Все это время он держал Анжелику в своих объятиях и время от времени целовал ее в лоб или в висок так, как будто ее лицо непреодолимо его притягивало.
Она догадалась, в конце концов, что он говорил так беспечно, чтобы успокоить ее, чтобы передать ей свою уверенность, так как на самом деле, несомненно, он не был так уж радостно настроен.
— Жоффрей, — сказала она покорно, — я признаюсь, что поддалась панике. Передо мной вдруг выросли все те препятствия, которые нам могут помешать. Мне внезапно почудилось, что в этом доме есть сходство с тем самым, куда нас поместили, когда мы должны были присутствовать на свадьбе короля в Сан-Жан-де-Луце. Вы помните? Было сплошное ликование, но король воспользовался этим весельем и суматохой, чтобы арестовать вас.
— Забудьте же ваши воспоминания о прошлом, дорогая. Времена изменились. Ничто не повторяется в точности, как это было раньше, поскольку жизнь — это движение. Сейчас король уже не тот юный монарх, озабоченный прежде всего тем, чтобы уменьшить влияние принцев, которые вместе с Фрондой угрожали его трону. Теперь его могущество несомненно. Ни один сильный вассал уже не сможет стать королем в своей провинции. А именно в этом подозревал он меня в те времена. Теперь времена иные.
— Король стал другим.
— А вы, вы теперь другая женщина. И вы сегодня доказали это, и с каким блеском! Я сегодня смотрел на вас, и мне казалось, что ту, что приближается ко мне, я не совсем хорошо знаю. Как мне объяснить вам, что я ощутил, видя, что вы притягиваете все восхищенные взоры? Я видел вас во всех ваших обличиях: ослепительную в Версале, уверенную в себе и бесстрашную перед ирокезами, непоколебимую перед Амбруазиной-Демоном. Все это не сулит мне спокойной жизни… Но я люблю риск и новизну.
— Это так! Вы слишком любите риск. Я права, когда волнуюсь за вас. Помните, когда вы отправились на свидание с этим Варанжем в бухту Благодарения, поверив лишь записке, подписанной Фронтенаком. Вы отправились туда совершенно один, и он ждал вас там, чтобы убить.

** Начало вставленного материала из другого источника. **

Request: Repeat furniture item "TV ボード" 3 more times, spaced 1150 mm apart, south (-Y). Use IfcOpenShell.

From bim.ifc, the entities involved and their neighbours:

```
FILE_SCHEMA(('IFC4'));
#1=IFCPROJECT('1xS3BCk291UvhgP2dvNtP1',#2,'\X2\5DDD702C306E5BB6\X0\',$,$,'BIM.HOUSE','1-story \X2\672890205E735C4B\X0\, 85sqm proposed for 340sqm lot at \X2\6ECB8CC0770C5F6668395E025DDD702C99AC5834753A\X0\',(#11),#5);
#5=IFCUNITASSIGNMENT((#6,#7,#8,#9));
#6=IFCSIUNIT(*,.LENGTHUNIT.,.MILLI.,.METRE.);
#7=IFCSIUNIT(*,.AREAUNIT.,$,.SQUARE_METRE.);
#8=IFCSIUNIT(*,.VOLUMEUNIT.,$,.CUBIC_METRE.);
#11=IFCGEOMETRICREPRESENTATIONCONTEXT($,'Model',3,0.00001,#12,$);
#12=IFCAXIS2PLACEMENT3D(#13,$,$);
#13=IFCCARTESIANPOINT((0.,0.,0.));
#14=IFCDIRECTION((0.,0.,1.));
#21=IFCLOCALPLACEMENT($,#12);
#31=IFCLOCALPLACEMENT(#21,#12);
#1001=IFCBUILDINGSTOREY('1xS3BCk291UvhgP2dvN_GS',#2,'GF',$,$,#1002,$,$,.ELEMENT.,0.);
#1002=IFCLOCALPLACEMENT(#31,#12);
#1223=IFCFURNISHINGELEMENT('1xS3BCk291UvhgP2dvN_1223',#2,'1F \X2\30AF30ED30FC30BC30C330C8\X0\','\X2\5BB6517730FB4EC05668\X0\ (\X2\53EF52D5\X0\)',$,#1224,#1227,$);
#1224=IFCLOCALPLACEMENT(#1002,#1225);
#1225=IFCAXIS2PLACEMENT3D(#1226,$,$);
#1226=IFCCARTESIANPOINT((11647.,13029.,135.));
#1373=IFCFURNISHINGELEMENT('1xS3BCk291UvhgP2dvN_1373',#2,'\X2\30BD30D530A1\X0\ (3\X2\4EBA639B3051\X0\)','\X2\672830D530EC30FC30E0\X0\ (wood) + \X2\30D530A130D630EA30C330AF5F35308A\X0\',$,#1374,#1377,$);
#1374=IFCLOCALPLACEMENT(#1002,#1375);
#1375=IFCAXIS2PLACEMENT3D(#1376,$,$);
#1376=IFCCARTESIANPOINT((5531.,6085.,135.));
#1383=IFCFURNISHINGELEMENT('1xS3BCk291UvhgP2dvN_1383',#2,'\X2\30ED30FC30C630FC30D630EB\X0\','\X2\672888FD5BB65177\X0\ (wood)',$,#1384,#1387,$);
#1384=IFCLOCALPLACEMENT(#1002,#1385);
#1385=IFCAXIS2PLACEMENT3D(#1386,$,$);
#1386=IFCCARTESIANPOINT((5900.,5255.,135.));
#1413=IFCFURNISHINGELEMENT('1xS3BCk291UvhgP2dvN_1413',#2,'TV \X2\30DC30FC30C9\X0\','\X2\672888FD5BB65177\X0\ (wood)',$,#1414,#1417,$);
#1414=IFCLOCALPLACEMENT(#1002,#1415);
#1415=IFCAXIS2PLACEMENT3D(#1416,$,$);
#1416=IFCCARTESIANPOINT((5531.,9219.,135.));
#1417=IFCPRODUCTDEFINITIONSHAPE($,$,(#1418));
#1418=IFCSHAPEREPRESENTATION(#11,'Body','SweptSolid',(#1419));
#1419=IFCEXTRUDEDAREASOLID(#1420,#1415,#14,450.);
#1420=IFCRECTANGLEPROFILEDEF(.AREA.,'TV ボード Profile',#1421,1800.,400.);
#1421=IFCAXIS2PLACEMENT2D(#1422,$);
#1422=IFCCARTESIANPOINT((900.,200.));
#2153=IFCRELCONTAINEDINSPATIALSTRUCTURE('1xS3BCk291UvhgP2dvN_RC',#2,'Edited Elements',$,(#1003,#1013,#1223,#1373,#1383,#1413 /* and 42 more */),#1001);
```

```python
import numpy as np
import ifcopenshell
import ifcopenshell.api.geometry
import ifcopenshell.api.root
import ifcopenshell.util.element
import ifcopenshell.util.placement

model = ifcopenshell.open("bim.ifc")


def reuse_history(source, copy):
    """copy_class also copies each property set's owner history, people and application; keep the originals."""
    for rel in copy.IsDefinedBy:
        if rel.is_a("IfcRelDefinesByProperties") and (history := rel.RelatingPropertyDefinition.OwnerHistory):
            rel.RelatingPropertyDefinition.OwnerHistory = source.OwnerHistory
            ifcopenshell.util.element.remove_deep2(model, history)


source = model.by_guid("1xS3BCk291UvhgP2dvN_1413")
base = ifcopenshell.util.placement.get_local_placement(source.ObjectPlacement)
step = np.array([0.0, -1.0, 0.0]) * 1150.0

for i in range(1, 4):
    copy = ifcopenshell.api.root.copy_class(model, product=source)
    copy.Representation = ifcopenshell.util.element.copy_deep(
        model, source.Representation, exclude=["IfcGeometricRepresentationContext", "IfcRepresentationMap"]
    )
    reuse_history(source, copy)
    matrix = base.copy()
    matrix[:3, 3] += i * step
    print("added at", matrix[:3, 3].round(3) + 0.0)
    ifcopenshell.api.geometry.edit_object_placement(model, product=copy, matrix=matrix, is_si=False)

model.write("bim_updated.ifc")
```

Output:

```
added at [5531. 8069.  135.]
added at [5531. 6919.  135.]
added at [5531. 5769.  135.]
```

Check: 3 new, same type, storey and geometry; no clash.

— Я, должно быть, предчувствовал, что ангел-спаситель встретится мне на пути. Все, что замышляется вокруг нас, не всегда нам понятно. Без вас я был бы мертв. Но вы явились, и вы убили его.
Анжелика вздрогнула.
— Что замышлял этот человек? Он оставил у меня странное впечатление. Как некий дух он растворился в вашей жизни, злой дух из видений. Я уверена, что он был одним из сообщников Амбруазины, одним из тех, кто ожидал ее и знал, что она из себя представляет.
— Она мертва, вы победили ее. Она не сможет больше нам навредить. Ее адское воинство отступило и скрылось во тьме.

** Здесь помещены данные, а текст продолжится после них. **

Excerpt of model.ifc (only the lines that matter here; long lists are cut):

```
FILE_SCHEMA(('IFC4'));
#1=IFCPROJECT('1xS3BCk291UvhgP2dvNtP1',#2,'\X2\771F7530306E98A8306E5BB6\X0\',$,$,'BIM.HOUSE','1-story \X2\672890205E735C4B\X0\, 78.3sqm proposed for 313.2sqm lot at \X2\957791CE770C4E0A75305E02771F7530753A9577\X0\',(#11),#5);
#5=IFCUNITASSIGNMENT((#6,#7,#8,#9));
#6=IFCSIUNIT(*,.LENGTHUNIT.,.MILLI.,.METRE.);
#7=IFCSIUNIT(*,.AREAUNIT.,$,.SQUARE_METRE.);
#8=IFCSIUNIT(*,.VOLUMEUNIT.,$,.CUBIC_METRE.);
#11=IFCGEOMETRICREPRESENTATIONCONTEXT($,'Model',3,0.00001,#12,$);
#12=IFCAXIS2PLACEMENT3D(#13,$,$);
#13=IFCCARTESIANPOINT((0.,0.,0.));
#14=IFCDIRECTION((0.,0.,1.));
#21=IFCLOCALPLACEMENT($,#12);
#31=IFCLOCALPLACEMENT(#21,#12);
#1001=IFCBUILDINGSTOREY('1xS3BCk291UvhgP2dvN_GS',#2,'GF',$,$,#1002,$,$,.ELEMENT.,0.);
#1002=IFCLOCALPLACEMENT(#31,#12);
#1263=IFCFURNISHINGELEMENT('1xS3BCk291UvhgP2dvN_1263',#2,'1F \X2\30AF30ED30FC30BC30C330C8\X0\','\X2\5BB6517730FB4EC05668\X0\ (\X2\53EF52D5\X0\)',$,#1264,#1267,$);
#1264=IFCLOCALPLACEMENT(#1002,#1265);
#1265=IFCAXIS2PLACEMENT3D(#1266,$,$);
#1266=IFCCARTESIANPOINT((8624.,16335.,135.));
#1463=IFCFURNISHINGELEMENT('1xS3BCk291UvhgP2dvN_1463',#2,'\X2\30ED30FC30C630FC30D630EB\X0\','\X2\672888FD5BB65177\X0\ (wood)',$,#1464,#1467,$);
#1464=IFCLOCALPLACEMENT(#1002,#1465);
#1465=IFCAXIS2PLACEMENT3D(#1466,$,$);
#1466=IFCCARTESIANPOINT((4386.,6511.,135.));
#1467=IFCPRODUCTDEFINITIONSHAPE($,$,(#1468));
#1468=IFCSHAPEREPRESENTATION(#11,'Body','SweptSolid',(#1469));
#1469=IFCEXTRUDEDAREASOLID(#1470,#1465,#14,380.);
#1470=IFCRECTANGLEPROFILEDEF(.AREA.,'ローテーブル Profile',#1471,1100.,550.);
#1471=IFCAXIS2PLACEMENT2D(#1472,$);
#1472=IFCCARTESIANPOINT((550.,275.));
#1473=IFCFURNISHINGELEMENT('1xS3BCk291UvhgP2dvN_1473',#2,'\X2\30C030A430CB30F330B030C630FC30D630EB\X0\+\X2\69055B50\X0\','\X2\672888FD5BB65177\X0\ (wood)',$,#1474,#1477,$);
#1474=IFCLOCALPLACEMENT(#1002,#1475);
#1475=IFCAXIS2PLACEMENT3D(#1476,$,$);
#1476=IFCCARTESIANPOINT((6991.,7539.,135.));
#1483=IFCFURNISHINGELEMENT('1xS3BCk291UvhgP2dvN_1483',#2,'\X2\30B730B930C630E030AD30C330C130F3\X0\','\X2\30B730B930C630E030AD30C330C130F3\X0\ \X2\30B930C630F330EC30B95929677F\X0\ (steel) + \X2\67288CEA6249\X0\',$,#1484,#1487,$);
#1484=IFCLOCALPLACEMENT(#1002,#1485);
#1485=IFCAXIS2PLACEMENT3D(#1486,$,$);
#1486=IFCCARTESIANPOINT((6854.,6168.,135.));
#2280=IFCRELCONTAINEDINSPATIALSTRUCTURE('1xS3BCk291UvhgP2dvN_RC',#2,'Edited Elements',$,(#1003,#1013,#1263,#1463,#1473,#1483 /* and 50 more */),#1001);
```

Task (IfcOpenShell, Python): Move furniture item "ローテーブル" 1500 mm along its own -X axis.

```python
import ifcopenshell
import ifcopenshell.api.geometry
import ifcopenshell.util.placement

model = ifcopenshell.open("model.ifc")

item = model.by_id(1463)
matrix = ifcopenshell.util.placement.get_local_placement(item.ObjectPlacement)
matrix[:3, 3] -= matrix[:3, 0] * 1500.0
ifcopenshell.api.geometry.edit_object_placement(model, product=item, matrix=matrix, is_si=False)

print(ifcopenshell.util.placement.get_local_placement(item.ObjectPlacement).round(3) + 0.0)

model.write("model_rev.ifc")
```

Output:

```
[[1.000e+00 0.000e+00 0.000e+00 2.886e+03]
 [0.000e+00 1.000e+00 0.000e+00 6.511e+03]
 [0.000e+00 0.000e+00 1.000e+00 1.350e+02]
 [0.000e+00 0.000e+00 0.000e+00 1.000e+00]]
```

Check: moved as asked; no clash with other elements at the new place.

И он поднял руку к окну, как бы производя заклинание, но при этом он улыбался.
У подножия Рока Святой Лаврентий нес свои воды в море, огибая мысы, острова и бухты.
В этот час уже несколько индейских каноэ прочертили поверхность реки, подобно черным насекомым.
Ему удалось рассеять ее тревоги и сомнения и вернуть ей чувство уверенности.
— Мы ушли уже слишком далеко, чтобы «они» могли нас настигнуть, — снова сказал Пейрак. — Разве вы этого не чувствуете? Все, что может еще с нами произойти опасного или трагического, уже не будет столь серьезно.